_Exercise details_
Using the records below, give again exactly the lines from the line that contains "#201=IFCLOCALPLACEMENT(#15,#19);" through the line that contains "#210=IFCSHAPEREPRESENTATION(#29,'Body','Tessellation',(#209));", both ends included, and only those.
Data section START
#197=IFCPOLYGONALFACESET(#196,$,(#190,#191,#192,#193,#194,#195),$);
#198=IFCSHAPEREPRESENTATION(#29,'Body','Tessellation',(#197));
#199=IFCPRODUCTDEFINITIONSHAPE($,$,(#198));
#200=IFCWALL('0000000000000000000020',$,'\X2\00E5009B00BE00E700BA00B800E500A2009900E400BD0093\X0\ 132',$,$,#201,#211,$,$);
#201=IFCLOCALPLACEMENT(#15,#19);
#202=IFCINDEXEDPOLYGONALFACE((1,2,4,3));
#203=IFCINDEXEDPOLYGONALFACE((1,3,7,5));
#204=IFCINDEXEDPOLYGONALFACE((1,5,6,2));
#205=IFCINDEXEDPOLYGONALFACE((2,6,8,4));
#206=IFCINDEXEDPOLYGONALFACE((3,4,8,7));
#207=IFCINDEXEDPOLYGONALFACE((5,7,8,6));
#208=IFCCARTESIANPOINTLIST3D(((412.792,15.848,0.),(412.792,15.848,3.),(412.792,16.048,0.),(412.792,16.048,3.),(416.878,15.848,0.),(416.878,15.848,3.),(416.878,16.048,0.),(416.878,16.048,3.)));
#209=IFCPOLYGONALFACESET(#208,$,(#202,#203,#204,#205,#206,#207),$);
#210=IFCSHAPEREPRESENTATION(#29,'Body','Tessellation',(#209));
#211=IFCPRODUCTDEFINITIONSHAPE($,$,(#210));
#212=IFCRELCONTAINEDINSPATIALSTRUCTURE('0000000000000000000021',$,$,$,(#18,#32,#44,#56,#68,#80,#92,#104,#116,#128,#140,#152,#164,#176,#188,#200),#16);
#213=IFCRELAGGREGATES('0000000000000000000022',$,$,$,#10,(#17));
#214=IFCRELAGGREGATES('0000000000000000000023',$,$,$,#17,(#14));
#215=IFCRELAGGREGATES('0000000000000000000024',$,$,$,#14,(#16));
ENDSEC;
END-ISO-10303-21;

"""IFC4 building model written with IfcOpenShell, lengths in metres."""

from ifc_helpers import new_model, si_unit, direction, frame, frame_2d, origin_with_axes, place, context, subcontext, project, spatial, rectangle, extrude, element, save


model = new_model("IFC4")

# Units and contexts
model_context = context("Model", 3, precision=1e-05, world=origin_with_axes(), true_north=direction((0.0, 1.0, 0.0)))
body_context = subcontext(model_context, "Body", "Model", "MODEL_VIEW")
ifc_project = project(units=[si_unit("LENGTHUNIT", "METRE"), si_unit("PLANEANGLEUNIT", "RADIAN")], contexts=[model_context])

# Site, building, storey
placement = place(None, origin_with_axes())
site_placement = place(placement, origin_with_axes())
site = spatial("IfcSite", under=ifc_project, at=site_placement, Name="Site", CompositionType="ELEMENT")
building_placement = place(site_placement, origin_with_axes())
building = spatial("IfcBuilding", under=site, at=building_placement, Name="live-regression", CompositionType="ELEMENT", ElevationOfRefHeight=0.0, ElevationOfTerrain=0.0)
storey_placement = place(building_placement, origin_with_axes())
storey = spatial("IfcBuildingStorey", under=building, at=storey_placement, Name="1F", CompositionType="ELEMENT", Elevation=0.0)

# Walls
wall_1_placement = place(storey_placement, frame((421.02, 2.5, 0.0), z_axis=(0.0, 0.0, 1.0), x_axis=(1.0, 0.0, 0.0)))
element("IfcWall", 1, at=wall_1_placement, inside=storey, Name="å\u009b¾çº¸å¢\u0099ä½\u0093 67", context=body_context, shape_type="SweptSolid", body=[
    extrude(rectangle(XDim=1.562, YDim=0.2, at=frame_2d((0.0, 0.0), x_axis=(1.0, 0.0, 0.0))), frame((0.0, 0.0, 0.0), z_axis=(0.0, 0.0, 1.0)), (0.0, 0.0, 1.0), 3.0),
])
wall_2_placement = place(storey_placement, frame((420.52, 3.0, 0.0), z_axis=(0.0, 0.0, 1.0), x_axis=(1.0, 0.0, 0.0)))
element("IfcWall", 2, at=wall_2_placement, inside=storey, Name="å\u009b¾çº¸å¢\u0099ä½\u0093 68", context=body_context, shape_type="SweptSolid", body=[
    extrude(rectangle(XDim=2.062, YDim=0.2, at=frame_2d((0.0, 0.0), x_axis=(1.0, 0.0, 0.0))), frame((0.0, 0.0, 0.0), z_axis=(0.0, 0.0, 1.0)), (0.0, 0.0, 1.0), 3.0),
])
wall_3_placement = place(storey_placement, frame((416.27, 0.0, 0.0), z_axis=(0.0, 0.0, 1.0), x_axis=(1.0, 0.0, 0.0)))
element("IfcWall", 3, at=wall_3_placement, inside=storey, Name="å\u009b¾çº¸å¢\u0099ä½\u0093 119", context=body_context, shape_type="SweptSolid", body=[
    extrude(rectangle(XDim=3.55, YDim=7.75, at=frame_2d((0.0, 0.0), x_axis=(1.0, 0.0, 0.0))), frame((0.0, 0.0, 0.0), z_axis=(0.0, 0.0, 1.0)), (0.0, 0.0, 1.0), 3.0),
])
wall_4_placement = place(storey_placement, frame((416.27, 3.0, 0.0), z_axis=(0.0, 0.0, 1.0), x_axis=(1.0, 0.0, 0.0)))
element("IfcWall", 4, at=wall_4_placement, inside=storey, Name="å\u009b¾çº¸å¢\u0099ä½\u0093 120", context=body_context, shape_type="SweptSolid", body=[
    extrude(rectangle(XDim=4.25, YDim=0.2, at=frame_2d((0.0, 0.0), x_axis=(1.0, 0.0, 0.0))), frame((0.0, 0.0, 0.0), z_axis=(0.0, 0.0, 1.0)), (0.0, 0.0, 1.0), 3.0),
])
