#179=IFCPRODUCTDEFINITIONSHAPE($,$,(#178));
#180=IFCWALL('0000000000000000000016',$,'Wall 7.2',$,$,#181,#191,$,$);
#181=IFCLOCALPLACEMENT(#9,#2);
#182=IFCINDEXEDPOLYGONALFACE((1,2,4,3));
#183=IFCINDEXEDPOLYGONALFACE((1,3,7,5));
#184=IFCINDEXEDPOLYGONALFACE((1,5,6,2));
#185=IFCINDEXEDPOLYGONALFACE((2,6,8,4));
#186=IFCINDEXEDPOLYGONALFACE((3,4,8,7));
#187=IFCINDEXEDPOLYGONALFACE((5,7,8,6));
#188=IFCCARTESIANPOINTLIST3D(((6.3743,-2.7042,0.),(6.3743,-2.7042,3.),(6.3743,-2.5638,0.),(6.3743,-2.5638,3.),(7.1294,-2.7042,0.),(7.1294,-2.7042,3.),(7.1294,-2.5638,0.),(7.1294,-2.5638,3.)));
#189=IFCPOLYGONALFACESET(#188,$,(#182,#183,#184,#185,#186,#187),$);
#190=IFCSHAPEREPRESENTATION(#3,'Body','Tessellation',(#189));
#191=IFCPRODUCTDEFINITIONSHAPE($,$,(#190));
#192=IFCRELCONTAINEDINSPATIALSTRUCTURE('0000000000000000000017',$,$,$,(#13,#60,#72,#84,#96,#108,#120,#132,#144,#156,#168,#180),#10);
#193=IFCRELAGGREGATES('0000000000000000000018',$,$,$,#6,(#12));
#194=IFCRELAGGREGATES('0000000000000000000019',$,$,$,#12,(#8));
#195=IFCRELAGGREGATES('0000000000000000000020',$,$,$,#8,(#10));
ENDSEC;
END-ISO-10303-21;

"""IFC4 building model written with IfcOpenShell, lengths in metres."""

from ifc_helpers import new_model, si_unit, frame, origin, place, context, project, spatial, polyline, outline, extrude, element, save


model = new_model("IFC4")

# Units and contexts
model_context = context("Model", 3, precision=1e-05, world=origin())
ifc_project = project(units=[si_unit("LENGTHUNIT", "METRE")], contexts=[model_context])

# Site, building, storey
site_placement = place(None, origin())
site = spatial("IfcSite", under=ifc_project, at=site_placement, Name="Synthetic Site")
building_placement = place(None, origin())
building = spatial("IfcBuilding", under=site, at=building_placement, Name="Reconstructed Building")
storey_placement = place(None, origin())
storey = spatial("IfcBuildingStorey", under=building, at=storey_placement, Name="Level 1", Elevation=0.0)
Data section END
Data section START
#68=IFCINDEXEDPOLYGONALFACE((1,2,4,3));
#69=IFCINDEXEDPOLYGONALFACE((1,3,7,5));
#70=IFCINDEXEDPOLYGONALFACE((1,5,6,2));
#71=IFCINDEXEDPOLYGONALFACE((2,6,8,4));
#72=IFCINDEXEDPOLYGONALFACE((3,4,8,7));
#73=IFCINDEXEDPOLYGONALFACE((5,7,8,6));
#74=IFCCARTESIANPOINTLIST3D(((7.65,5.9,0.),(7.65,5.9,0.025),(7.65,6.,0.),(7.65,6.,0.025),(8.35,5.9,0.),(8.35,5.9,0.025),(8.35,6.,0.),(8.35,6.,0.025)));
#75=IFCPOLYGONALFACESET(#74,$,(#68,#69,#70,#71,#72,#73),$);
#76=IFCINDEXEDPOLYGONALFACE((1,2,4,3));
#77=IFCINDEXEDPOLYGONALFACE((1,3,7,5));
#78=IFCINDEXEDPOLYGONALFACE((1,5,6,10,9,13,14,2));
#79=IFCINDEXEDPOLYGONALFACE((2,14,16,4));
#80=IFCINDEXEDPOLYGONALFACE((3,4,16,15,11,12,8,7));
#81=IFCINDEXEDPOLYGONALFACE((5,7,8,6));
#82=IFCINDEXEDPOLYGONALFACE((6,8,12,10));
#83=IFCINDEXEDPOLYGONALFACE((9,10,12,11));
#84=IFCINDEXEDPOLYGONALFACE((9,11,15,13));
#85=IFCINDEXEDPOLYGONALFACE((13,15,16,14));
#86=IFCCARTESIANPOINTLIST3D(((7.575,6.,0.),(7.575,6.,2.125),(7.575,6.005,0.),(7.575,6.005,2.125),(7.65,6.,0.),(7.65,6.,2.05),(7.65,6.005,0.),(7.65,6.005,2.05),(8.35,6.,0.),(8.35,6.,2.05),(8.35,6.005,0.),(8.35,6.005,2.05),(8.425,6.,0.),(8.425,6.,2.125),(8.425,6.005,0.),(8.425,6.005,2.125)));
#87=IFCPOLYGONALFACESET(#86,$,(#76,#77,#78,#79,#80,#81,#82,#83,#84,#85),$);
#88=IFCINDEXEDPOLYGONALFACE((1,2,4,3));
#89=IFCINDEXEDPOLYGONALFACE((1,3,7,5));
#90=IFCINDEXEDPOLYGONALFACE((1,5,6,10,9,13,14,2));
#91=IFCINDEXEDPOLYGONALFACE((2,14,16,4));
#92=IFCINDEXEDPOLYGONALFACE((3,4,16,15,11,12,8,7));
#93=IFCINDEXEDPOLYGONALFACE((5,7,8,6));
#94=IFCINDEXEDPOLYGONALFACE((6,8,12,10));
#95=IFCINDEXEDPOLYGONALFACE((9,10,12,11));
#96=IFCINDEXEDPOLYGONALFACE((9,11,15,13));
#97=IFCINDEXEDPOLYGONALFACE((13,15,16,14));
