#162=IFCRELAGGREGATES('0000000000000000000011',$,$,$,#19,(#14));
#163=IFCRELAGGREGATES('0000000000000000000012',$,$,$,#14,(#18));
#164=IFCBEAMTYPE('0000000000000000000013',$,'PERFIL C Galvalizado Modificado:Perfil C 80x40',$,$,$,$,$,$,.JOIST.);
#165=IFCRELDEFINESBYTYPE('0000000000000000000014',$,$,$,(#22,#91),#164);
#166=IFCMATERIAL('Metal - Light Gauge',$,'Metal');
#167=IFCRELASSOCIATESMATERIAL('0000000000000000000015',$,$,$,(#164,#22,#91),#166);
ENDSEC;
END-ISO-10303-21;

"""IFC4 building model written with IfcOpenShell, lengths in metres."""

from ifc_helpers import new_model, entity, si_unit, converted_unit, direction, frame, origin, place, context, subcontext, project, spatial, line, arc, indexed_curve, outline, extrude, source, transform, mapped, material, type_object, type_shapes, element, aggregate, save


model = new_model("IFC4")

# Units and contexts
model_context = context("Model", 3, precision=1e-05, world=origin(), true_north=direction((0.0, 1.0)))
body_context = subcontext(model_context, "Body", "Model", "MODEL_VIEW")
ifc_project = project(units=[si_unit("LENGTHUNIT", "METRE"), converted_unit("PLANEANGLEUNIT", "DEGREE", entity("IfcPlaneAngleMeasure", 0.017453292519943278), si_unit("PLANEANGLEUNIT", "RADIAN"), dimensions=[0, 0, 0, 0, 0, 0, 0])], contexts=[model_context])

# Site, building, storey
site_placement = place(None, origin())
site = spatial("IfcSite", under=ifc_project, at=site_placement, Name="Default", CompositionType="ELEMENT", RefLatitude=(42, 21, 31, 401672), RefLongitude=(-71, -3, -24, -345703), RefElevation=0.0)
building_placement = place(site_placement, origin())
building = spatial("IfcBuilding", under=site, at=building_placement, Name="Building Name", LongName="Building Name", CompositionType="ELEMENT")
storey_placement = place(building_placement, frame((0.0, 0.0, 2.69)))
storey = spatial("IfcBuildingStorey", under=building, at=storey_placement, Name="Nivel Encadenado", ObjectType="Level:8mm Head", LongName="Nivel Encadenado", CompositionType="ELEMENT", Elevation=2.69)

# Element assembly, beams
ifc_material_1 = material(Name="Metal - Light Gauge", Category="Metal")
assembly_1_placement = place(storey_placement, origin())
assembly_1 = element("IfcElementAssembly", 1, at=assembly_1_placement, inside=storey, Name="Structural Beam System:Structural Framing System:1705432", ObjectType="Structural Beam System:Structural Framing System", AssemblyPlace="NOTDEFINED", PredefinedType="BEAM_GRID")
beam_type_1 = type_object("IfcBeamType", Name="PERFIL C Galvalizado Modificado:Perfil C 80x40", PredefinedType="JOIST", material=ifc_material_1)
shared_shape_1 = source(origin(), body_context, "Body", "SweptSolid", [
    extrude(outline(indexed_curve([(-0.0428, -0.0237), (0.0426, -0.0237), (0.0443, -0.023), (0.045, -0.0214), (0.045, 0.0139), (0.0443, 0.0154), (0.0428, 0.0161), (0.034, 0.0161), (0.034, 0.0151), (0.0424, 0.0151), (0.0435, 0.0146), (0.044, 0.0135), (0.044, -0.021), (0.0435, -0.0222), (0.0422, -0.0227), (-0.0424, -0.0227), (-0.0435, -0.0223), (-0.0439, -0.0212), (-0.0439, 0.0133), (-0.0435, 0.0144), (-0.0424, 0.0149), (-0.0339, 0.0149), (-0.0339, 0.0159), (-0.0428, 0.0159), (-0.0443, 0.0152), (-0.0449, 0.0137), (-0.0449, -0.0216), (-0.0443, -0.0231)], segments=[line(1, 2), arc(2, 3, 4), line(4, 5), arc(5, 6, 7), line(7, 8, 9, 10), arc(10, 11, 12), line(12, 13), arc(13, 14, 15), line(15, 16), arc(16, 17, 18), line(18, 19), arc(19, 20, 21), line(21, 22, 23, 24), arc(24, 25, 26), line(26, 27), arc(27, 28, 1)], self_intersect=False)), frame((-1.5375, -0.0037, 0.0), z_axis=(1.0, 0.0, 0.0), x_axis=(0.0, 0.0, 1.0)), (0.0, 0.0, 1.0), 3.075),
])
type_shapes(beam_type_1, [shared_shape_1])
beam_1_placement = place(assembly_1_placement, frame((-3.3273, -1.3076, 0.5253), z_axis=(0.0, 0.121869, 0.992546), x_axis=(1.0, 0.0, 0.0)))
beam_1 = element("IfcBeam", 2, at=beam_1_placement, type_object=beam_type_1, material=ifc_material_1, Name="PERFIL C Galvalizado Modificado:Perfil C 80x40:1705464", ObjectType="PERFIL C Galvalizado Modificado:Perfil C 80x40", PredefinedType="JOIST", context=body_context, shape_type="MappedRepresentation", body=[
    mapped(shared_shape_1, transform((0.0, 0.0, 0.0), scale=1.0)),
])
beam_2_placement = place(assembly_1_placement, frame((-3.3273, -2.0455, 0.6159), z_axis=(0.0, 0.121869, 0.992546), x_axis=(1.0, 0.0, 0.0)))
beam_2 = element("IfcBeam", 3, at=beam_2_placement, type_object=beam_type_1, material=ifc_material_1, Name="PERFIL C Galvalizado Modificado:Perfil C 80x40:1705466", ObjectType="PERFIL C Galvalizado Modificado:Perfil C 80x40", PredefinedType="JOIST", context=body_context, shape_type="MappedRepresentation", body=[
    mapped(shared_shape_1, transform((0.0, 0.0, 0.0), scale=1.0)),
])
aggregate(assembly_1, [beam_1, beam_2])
Data section END
_Written response_
#201=IFCLOCALPLACEMENT(#15,#19);
#202=IFCINDEXEDPOLYGONALFACE((1,2,4,3));
#203=IFCINDEXEDPOLYGONALFACE((1,3,7,5));
#204=IFCINDEXEDPOLYGONALFACE((1,5,6,2));
#205=IFCINDEXEDPOLYGONALFACE((2,6,8,4));
#206=IFCINDEXEDPOLYGONALFACE((3,4,8,7));
#207=IFCINDEXEDPOLYGONALFACE((5,7,8,6));
#208=IFCCARTESIANPOINTLIST3D(((412.792,15.848,0.),(412.792,15.848,3.),(412.792,16.048,0.),(412.792,16.048,3.),(416.878,15.848,0.),(416.878,15.848,3.),(416.878,16.048,0.),(416.878,16.048,3.)));
#209=IFCPOLYGONALFACESET(#208,$,(#202,#203,#204,#205,#206,#207),$);
#210=IFCSHAPEREPRESENTATION(#29,'Body','Tessellation',(#209));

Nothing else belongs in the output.